Rule 26 of the Federal Rules of Civil Procedure generally limits discovery to “any nonprivileged matter that is relevant to any party’s claim or defense and proportional to the needs of the case.” Fed. R. Civ. P. 26(b)(1). Rule 45 governs subpoenas and provides a mechanism for a party to seek the modification of a subpoena that subjects a person to an undue burden or requires disclosure of privileged or other protected information. Id. at 45(d)(3). In evaluating whether a subpoena imposes an undue burden, courts in the Fifth Circuit consider the following factors: (1) relevance of the information requested, (2) the need of the party for the documents, (3) the breadth of the document request, (4) the time period covered by the request, (5) the particularity with which the party describes the requested documents, and (6) the burden imposed. Wiwa v. Royal Dutch Petroleum Co., 392 F.3d 812, 818 (5th Cir. 2004). When the target of the subpoena is a non-party, as here, the court may also consider the expense and inconvenience caused by the subpoenas. Id. On a motion to quash, the moving party bears the burden of demonstrating that compliance would be unreasonable or oppressive. Id.

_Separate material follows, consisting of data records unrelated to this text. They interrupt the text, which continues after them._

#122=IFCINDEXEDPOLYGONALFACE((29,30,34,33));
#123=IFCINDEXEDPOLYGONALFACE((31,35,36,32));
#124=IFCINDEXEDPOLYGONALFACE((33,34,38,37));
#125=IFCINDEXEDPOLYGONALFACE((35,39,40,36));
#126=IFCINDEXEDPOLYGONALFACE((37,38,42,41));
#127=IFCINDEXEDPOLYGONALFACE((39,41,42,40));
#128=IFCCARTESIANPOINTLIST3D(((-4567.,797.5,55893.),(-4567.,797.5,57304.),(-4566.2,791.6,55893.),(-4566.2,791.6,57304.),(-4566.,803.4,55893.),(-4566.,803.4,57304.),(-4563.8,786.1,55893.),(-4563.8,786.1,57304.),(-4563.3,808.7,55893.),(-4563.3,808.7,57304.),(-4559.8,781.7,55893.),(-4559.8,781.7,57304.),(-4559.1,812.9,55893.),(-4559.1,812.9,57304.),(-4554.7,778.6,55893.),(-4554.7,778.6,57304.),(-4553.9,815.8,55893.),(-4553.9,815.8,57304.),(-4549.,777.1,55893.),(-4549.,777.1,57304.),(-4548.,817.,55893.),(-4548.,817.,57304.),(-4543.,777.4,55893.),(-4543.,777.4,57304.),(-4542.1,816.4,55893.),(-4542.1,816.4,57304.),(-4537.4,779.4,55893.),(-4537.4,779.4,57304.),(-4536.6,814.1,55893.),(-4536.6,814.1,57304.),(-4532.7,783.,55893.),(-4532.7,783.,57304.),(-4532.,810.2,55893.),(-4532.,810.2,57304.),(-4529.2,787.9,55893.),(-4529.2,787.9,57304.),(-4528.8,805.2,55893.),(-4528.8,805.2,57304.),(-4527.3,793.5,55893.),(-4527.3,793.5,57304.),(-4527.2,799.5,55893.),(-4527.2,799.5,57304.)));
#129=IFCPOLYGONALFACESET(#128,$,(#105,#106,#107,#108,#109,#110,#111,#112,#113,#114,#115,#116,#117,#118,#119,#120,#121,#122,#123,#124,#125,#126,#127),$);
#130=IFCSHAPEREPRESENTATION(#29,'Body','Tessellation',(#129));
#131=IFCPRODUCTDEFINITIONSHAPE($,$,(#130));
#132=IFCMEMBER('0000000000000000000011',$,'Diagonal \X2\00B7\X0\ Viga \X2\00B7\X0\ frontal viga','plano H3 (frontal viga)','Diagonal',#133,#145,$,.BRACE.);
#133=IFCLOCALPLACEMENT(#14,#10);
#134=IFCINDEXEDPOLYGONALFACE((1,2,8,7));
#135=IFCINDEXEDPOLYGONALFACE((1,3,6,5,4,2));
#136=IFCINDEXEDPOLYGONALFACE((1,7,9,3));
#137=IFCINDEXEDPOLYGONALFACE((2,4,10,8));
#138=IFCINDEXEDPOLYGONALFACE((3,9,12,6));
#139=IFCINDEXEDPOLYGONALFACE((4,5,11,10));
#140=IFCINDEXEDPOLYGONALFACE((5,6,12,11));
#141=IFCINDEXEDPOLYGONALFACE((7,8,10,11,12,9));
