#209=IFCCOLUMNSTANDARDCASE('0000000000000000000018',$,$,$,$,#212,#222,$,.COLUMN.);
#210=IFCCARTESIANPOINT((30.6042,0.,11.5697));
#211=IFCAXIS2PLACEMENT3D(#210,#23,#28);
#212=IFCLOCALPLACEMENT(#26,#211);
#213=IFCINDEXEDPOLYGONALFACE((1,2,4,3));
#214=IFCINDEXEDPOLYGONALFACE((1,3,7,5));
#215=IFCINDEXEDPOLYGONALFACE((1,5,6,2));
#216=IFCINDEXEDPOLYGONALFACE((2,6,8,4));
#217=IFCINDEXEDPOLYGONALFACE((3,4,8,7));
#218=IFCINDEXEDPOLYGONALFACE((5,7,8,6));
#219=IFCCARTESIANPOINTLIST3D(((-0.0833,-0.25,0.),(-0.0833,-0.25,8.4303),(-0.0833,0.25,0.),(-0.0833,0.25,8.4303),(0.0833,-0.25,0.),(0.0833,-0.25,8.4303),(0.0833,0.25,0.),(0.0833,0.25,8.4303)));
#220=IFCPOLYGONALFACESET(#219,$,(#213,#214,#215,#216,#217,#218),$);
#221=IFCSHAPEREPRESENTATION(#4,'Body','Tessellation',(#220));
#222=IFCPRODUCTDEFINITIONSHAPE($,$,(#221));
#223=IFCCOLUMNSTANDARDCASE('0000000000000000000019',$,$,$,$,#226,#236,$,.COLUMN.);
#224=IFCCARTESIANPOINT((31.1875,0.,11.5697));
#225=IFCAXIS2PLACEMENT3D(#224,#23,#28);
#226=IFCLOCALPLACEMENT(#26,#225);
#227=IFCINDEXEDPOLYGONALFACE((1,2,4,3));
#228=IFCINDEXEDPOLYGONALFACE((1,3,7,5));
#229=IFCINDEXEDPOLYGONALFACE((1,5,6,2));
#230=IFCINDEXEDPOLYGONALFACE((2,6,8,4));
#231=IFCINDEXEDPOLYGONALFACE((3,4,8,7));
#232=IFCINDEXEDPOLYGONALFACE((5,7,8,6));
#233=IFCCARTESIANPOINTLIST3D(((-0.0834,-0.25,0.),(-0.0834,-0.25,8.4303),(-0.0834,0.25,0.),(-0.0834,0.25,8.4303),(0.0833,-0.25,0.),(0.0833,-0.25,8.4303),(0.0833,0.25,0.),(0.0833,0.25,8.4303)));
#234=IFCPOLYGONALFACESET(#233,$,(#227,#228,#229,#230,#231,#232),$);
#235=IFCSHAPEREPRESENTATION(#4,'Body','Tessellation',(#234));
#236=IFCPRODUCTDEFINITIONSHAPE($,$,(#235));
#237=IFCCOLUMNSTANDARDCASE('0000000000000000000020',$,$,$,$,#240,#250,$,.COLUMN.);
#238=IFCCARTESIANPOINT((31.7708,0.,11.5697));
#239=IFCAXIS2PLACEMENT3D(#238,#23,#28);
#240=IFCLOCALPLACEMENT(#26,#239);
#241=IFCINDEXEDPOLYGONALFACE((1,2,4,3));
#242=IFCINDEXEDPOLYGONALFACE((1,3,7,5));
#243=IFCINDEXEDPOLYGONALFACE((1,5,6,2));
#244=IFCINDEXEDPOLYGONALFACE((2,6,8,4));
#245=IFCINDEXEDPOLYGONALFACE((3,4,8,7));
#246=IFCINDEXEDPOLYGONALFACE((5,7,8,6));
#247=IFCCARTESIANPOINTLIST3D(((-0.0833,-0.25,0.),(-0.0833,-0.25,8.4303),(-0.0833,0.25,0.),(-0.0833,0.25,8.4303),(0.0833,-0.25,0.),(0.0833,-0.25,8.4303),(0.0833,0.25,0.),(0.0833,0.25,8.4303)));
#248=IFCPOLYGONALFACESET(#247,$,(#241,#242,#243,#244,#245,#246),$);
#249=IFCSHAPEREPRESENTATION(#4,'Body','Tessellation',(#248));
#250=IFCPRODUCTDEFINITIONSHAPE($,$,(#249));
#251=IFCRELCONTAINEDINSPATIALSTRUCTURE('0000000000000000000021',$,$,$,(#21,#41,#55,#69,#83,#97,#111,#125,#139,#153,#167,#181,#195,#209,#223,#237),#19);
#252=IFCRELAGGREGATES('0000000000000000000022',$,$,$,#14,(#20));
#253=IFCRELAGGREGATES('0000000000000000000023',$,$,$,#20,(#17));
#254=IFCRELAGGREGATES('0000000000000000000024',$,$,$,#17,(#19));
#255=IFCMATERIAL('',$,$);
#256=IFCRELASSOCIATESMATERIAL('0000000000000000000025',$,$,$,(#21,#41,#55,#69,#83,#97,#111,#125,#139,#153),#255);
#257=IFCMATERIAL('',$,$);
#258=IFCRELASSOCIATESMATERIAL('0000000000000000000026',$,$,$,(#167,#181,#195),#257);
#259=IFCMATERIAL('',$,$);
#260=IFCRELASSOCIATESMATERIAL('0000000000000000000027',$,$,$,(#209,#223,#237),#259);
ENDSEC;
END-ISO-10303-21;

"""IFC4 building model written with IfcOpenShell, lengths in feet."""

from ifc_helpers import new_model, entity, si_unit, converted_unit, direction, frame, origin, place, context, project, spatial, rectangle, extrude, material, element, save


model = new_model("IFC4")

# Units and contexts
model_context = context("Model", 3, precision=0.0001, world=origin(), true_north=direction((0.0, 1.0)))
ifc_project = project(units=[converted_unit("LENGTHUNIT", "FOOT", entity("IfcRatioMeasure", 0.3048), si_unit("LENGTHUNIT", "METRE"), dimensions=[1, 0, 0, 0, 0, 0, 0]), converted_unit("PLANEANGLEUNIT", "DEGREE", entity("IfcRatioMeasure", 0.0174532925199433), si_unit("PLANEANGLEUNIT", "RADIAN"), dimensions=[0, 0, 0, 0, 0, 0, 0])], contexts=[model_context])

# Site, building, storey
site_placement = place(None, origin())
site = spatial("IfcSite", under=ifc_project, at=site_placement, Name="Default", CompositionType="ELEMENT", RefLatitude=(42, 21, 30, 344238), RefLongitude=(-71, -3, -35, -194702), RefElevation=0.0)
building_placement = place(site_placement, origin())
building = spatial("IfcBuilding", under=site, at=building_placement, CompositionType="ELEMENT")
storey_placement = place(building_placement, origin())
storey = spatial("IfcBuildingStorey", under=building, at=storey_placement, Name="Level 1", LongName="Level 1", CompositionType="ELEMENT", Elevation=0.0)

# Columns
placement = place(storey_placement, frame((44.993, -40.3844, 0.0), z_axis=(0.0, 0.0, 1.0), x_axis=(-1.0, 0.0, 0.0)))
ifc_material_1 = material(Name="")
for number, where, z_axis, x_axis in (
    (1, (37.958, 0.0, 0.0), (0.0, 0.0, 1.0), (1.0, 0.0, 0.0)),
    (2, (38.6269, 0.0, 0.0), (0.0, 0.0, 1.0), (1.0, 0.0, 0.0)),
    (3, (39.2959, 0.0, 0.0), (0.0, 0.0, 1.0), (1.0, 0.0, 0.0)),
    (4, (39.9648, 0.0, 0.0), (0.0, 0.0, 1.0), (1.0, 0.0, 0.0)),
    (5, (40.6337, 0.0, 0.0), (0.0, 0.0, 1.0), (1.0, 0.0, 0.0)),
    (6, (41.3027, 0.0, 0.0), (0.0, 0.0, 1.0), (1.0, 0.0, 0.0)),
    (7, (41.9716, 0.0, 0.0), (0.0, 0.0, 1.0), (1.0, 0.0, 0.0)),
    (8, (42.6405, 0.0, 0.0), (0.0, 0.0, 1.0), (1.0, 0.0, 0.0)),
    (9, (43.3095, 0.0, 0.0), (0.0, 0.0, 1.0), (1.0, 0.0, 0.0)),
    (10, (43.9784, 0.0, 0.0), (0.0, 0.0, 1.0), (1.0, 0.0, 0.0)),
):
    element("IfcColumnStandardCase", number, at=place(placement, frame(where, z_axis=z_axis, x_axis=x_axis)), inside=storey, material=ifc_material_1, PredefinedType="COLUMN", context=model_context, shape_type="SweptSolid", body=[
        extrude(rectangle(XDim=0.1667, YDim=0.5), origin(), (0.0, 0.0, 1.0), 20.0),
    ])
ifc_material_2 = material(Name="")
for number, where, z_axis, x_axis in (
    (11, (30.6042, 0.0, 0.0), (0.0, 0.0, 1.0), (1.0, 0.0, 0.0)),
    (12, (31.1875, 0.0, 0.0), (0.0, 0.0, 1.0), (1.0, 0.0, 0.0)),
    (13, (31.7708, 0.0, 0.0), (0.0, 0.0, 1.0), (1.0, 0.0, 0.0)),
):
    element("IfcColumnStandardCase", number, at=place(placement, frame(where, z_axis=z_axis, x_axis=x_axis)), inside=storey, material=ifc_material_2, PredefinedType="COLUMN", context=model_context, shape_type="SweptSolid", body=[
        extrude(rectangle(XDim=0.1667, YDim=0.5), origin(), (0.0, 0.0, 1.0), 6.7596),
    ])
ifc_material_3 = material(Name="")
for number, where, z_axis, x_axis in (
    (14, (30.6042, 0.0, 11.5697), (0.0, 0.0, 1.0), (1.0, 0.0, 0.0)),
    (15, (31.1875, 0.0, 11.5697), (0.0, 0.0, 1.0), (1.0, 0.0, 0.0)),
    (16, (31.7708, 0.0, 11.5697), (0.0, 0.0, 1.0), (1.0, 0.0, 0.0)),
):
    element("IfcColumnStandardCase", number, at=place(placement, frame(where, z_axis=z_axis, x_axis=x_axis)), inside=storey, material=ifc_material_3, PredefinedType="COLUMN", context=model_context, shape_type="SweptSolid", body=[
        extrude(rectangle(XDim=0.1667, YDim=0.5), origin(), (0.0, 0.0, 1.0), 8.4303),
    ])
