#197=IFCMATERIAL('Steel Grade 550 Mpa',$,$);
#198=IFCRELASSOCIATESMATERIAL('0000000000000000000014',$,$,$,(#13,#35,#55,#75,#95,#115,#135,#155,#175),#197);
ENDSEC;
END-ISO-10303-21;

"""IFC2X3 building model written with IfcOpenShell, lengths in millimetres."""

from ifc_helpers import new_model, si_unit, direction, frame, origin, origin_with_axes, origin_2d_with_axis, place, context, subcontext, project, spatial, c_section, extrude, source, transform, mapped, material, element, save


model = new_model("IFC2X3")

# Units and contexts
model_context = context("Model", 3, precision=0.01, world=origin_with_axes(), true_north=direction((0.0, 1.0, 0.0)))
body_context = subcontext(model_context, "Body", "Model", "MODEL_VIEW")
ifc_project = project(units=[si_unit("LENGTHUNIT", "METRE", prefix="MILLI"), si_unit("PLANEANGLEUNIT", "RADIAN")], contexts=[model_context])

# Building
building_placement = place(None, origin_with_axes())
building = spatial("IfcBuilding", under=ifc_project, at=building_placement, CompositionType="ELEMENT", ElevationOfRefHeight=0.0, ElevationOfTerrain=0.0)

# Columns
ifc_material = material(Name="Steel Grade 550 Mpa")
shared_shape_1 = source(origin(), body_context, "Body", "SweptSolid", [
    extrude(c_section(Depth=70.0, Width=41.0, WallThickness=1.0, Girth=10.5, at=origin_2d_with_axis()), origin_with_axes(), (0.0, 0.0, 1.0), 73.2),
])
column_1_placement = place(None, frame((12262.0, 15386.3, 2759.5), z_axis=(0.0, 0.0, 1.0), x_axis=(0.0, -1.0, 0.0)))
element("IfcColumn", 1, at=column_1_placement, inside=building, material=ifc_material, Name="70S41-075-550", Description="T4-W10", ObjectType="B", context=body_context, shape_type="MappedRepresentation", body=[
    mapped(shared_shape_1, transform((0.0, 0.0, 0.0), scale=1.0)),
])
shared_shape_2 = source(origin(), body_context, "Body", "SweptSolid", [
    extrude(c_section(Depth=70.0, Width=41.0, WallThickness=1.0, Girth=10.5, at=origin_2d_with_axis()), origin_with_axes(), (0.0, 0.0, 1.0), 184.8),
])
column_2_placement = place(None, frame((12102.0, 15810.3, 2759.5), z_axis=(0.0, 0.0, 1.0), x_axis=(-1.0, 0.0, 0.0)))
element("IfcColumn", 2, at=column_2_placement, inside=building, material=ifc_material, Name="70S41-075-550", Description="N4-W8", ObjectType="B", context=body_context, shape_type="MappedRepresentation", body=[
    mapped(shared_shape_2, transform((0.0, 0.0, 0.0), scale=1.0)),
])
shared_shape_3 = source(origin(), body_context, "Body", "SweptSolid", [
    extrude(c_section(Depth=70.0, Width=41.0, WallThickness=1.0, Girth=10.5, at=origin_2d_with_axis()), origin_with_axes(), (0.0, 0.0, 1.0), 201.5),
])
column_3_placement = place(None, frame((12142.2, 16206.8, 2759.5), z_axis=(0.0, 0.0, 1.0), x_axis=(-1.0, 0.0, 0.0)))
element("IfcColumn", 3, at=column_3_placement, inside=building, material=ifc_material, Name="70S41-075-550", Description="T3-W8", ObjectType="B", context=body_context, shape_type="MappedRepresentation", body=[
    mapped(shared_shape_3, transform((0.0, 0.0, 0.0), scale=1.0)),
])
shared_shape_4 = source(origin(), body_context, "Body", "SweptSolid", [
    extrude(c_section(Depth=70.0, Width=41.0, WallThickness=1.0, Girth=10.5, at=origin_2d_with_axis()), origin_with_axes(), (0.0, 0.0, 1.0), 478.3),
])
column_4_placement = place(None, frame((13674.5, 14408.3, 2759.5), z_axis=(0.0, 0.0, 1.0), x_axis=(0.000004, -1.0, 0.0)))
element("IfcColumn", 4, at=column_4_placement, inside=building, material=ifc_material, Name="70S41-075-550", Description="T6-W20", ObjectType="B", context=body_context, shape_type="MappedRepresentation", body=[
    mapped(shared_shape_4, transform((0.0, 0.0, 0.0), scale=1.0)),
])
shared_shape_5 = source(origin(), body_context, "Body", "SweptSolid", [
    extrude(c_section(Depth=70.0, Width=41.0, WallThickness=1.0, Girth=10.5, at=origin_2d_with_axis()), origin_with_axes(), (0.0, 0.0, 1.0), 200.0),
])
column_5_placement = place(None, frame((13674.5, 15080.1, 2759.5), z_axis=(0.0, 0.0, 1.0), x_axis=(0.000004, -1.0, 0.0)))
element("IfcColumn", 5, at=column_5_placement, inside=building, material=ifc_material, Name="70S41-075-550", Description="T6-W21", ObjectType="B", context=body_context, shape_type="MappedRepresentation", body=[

*2 Defendants seek the broad category of employment records from Plaintiffs in order to discover the general level of physical activity of Plaintiffs both before and after the accident, as well as the physical requirements of Plaintiffs’ employment. Defendants contend that this information is relevant to Plaintiffs’ claim for damages, which includes medical expenses associated with post-accident surgeries and a nominal amount for lost wages. Plaintiffs have established that allowing Defendants to access the entirety of their employment records is not proportional to the needs of this case, and Defendants were only able articulate the relevance of a subset of the requested documents. The Court will therefore grant Plaintiffs’ motion in part and limit the scope of the discovery to Plaintiffs’ timesheets, wage sheet documents, job applications, resumes, job description(s), performance evaluations, accommodation requests, and worker’s compensation applications (and associated documentation regarding injuries) from January 22, 2016 to the present. In doing so, the Court will also order the parties to confer on and jointly move for the entry of an agreed protective order that will enable them to designate all or some of the employment records to be designated as confidential or for attorney’s eyes to ensure that any private medical or other information remains confidential. The parties are advised that a form protective order is available on the Court’s website.

IT IS THEREFORE ORDERED that Plaintiffs’ Motion for Protective Order and Motion to Quash Defendant’s Rule 45 Subpoena [#36] is GRANTED IN PART as set forth herein.

IT IS FURTHER ORDERED that the parties confer and submit an agreed protective order for the Court’s entry on or before February 12, 2021.

SIGNED this 5th day of February, 2021.